Saved data entries
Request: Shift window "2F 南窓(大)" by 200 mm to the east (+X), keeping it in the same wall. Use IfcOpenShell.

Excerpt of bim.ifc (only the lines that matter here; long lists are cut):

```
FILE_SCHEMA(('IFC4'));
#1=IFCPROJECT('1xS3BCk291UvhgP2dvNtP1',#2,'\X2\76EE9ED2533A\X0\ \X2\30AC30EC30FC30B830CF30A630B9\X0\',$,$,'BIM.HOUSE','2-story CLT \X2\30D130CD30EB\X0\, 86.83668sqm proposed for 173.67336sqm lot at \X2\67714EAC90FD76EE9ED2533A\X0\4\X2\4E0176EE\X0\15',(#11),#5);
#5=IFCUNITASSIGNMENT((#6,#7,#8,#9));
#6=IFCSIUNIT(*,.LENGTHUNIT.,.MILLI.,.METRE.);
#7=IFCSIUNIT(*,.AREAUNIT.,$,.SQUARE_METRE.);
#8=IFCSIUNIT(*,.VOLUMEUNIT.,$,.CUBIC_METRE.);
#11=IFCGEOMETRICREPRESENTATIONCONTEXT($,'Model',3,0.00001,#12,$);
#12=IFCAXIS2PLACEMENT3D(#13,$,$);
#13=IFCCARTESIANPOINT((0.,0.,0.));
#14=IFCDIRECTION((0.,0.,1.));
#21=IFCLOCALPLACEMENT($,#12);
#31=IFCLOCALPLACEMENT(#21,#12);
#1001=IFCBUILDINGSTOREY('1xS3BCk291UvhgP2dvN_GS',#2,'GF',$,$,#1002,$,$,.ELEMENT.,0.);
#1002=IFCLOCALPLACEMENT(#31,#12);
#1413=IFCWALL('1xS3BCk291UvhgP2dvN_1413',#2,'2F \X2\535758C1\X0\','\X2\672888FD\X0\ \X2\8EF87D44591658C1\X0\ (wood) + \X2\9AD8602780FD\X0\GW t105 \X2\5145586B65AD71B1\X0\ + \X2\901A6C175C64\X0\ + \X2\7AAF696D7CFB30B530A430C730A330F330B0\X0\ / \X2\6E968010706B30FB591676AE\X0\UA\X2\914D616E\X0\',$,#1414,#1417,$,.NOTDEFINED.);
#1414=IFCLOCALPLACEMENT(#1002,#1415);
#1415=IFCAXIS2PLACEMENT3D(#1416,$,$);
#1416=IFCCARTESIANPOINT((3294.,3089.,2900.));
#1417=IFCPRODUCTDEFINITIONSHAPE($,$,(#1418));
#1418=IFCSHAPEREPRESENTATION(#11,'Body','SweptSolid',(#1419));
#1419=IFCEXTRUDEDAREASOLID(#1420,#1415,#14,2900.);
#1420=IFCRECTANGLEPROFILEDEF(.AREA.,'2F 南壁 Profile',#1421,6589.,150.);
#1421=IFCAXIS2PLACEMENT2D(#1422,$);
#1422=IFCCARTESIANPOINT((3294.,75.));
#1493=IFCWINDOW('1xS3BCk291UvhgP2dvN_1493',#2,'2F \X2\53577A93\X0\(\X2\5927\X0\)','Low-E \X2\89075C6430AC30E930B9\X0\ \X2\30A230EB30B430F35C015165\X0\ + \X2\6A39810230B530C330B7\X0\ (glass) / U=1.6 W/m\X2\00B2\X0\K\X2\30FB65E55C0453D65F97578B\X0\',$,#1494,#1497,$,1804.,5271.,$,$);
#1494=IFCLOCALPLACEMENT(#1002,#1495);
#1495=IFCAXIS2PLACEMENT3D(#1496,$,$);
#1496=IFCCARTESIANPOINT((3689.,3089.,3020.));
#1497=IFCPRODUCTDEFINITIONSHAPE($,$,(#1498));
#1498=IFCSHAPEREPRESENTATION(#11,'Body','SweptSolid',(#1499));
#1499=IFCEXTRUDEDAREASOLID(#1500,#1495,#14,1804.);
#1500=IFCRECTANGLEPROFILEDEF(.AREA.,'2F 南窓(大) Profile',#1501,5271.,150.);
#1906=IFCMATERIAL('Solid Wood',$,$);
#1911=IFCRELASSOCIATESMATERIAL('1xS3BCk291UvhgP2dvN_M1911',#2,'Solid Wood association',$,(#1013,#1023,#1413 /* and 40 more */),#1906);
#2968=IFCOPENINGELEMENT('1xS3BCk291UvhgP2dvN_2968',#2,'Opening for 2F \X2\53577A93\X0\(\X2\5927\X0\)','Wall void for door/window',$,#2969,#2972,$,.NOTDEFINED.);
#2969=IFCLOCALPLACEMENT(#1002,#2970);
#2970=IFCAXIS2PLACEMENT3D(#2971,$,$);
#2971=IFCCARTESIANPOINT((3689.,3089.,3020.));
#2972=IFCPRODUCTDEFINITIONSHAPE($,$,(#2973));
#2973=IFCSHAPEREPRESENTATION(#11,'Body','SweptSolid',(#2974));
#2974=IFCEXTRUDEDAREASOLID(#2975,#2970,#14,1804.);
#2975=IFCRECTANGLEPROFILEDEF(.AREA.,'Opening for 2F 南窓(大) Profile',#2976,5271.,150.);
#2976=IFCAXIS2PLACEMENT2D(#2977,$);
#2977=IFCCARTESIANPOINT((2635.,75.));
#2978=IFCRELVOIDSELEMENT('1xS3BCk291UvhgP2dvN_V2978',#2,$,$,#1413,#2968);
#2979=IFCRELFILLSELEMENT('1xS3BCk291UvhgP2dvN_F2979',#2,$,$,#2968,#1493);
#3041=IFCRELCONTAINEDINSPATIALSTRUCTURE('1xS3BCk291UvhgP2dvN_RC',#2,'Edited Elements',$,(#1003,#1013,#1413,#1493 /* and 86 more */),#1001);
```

```python
import ifcopenshell
import ifcopenshell.api.geometry
import ifcopenshell.util.placement
import ifcopenshell.util.unit

model = ifcopenshell.open("bim.ifc")
unit_scale = ifcopenshell.util.unit.calculate_unit_scale(model)

window = model.by_guid("1xS3BCk291UvhgP2dvN_1493")
opening = window.FillsVoids[0].RelatingOpeningElement
wall = opening.VoidsElements[0].RelatingBuildingElement

wall_matrix = ifcopenshell.util.placement.get_local_placement(wall.ObjectPlacement)
shift = wall_matrix[:3, 0] * 0.2 / unit_scale
before = ifcopenshell.util.placement.get_local_placement(window.ObjectPlacement)[:3, 3].copy()

# The window is not placed relative to its opening, so move both.
for product in (opening, window):
    matrix = ifcopenshell.util.placement.get_local_placement(product.ObjectPlacement)
    matrix[:3, 3] += shift
    ifcopenshell.api.geometry.edit_object_placement(model, product=product, matrix=matrix, is_si=False)

after = ifcopenshell.util.placement.get_local_placement(window.ObjectPlacement)[:3, 3]
print("window moved by", (after - before).round(3) + 0.0)

model.write("bim_updated.ifc")
```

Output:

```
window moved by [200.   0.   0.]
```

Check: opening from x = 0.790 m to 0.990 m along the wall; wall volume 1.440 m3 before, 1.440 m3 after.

* **PROBLEM STATEMENT**:
Only lines that contain the string "Profile" count; pick each one out of the records and copy it.

* **YOUR RESPONSE**:
#1420=IFCRECTANGLEPROFILEDEF(.AREA.,'2F 南壁 Profile',#1421,6589.,150.);
#1500=IFCRECTANGLEPROFILEDEF(.AREA.,'2F 南窓(大) Profile',#1501,5271.,150.);
#2975=IFCRECTANGLEPROFILEDEF(.AREA.,'Opening for 2F 南窓(大) Profile',#2976,5271.,150.);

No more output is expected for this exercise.